What to work on: Reproduce, unaltered, the line with "Task (IfcOpenShell, Python): Window" along with every line that follows it in the records, up to the last.

-------- Records for this exercise

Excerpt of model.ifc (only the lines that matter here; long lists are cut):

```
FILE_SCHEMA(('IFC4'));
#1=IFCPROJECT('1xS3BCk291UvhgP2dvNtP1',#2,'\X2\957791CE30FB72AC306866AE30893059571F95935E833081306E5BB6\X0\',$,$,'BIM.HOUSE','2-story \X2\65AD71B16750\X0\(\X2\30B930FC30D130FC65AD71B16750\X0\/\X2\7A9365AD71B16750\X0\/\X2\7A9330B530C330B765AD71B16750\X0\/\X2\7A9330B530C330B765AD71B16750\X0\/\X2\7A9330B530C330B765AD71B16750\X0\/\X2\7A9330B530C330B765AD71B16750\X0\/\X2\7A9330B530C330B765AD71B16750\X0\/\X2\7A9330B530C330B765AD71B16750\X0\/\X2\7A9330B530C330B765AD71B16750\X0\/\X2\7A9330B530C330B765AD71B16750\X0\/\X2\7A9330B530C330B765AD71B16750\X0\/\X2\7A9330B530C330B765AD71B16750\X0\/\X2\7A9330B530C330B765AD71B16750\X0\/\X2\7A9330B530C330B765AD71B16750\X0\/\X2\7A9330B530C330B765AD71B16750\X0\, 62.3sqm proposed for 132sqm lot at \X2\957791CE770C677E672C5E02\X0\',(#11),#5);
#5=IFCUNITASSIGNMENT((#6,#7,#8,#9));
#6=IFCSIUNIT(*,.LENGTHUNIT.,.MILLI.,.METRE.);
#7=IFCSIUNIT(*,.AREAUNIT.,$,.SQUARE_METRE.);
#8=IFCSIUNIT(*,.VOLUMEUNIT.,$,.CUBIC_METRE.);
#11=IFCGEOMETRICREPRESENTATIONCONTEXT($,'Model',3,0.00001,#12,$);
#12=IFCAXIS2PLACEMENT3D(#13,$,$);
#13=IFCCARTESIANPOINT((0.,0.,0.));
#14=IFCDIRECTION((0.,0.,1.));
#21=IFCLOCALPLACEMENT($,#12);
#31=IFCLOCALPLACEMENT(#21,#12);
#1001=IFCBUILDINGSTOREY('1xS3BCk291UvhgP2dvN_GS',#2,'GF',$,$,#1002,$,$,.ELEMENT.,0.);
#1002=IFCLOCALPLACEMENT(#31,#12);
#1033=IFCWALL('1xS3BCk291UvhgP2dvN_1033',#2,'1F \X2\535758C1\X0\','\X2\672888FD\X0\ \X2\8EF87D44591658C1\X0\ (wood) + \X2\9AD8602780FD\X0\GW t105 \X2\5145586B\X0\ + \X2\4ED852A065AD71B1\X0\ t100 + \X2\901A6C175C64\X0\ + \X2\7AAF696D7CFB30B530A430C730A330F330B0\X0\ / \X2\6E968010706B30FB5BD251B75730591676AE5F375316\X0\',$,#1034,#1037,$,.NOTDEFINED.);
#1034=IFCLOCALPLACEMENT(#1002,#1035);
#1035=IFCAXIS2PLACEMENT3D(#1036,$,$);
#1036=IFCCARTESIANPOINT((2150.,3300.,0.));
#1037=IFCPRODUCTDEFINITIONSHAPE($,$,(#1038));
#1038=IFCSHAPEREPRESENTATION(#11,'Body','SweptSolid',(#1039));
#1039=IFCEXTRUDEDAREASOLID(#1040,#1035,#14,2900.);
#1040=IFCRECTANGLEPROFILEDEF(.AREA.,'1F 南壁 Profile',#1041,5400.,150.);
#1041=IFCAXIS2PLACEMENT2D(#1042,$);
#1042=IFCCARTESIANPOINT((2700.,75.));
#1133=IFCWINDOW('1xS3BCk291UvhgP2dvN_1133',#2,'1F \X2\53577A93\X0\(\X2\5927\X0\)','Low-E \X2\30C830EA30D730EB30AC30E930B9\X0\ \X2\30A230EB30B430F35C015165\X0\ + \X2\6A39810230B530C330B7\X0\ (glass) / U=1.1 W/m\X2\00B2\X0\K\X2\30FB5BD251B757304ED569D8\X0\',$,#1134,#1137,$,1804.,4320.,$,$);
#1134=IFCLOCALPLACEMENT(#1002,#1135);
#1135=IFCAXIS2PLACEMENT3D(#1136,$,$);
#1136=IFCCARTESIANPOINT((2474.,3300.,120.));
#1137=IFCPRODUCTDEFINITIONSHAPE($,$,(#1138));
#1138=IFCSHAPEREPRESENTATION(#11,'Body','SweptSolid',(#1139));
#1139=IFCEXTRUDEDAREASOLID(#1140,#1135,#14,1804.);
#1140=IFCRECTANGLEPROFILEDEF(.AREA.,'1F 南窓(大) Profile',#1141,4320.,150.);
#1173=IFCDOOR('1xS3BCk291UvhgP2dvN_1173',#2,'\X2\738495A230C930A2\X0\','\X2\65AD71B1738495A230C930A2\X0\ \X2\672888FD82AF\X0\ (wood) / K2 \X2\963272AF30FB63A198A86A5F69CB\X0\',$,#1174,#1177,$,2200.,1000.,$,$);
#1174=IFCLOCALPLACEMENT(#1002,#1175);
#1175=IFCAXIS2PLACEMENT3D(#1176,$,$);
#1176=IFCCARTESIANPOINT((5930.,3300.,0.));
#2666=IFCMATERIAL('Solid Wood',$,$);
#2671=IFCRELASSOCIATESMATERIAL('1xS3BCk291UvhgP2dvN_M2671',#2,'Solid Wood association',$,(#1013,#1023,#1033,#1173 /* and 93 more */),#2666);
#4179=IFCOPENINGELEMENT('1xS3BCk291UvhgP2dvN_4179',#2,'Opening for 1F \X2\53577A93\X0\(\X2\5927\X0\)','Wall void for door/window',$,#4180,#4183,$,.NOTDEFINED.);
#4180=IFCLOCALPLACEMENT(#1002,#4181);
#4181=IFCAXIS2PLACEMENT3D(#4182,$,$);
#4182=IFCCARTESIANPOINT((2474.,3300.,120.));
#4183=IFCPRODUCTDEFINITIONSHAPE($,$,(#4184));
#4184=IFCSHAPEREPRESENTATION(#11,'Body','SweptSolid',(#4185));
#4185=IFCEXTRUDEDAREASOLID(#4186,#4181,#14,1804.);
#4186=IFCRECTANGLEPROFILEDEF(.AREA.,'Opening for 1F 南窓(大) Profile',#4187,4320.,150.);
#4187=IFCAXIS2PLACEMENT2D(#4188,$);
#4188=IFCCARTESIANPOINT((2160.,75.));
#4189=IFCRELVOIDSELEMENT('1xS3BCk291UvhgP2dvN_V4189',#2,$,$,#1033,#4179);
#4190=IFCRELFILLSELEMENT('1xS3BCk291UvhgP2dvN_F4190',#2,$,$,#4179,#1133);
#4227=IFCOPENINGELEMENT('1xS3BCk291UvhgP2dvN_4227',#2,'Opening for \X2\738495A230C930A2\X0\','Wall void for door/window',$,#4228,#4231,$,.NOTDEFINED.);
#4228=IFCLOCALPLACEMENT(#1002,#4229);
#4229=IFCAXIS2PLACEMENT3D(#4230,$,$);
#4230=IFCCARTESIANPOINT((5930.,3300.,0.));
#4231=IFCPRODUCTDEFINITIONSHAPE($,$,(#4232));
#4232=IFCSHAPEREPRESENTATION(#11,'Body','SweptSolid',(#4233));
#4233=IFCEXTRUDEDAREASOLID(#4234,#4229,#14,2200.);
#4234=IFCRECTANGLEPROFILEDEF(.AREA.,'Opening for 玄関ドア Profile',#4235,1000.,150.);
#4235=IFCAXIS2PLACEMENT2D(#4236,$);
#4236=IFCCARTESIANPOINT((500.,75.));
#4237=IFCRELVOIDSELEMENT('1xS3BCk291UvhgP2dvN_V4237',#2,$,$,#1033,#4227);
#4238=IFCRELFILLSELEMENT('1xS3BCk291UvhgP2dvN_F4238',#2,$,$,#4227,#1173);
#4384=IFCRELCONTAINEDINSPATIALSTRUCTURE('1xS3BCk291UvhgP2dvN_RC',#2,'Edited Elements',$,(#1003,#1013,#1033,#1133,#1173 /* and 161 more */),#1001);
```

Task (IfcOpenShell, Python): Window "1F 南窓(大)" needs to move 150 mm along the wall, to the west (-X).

```python
import ifcopenshell
import ifcopenshell.api.geometry
import ifcopenshell.util.placement
import ifcopenshell.util.unit

model = ifcopenshell.open("model.ifc")
unit_scale = ifcopenshell.util.unit.calculate_unit_scale(model)

window = model.by_id(1133)
opening = window.FillsVoids[0].RelatingOpeningElement
wall = opening.VoidsElements[0].RelatingBuildingElement

wall_matrix = ifcopenshell.util.placement.get_local_placement(wall.ObjectPlacement)
shift = wall_matrix[:3, 0] * -0.15 / unit_scale
before = ifcopenshell.util.placement.get_local_placement(window.ObjectPlacement)[:3, 3].copy()

# The window is not placed relative to its opening, so move both.
for product in (opening, window):
    matrix = ifcopenshell.util.placement.get_local_placement(product.ObjectPlacement)
    matrix[:3, 3] += shift
    ifcopenshell.api.geometry.edit_object_placement(model, product=product, matrix=matrix, is_si=False)

after = ifcopenshell.util.placement.get_local_placement(window.ObjectPlacement)[:3, 3]
print("window moved by", (after - before).round(3) + 0.0)

model.write("model_updated.ifc")
```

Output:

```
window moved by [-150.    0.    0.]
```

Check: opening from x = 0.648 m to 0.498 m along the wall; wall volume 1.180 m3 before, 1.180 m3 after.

----------------

Written answer:
Task (IfcOpenShell, Python): Window "1F 南窓(大)" needs to move 150 mm along the wall, to the west (-X).

```python
import ifcopenshell
import ifcopenshell.api.geometry
import ifcopenshell.util.placement
import ifcopenshell.util.unit

model = ifcopenshell.open("model.ifc")
unit_scale = ifcopenshell.util.unit.calculate_unit_scale(model)

window = model.by_id(1133)
opening = window.FillsVoids[0].RelatingOpeningElement
wall = opening.VoidsElements[0].RelatingBuildingElement

wall_matrix = ifcopenshell.util.placement.get_local_placement(wall.ObjectPlacement)
shift = wall_matrix[:3, 0] * -0.15 / unit_scale
before = ifcopenshell.util.placement.get_local_placement(window.ObjectPlacement)[:3, 3].copy()

# The window is not placed relative to its opening, so move both.
for product in (opening, window):
    matrix = ifcopenshell.util.placement.get_local_placement(product.ObjectPlacement)
    matrix[:3, 3] += shift
    ifcopenshell.api.geometry.edit_object_placement(model, product=product, matrix=matrix, is_si=False)

after = ifcopenshell.util.placement.get_local_placement(window.ObjectPlacement)[:3, 3]
print("window moved by", (after - before).round(3) + 0.0)

model.write("model_updated.ifc")
```

Output:

```
window moved by [-150.    0.    0.]
```

Check: opening from x = 0.648 m to 0.498 m along the wall; wall volume 1.180 m3 before, 1.180 m3 after.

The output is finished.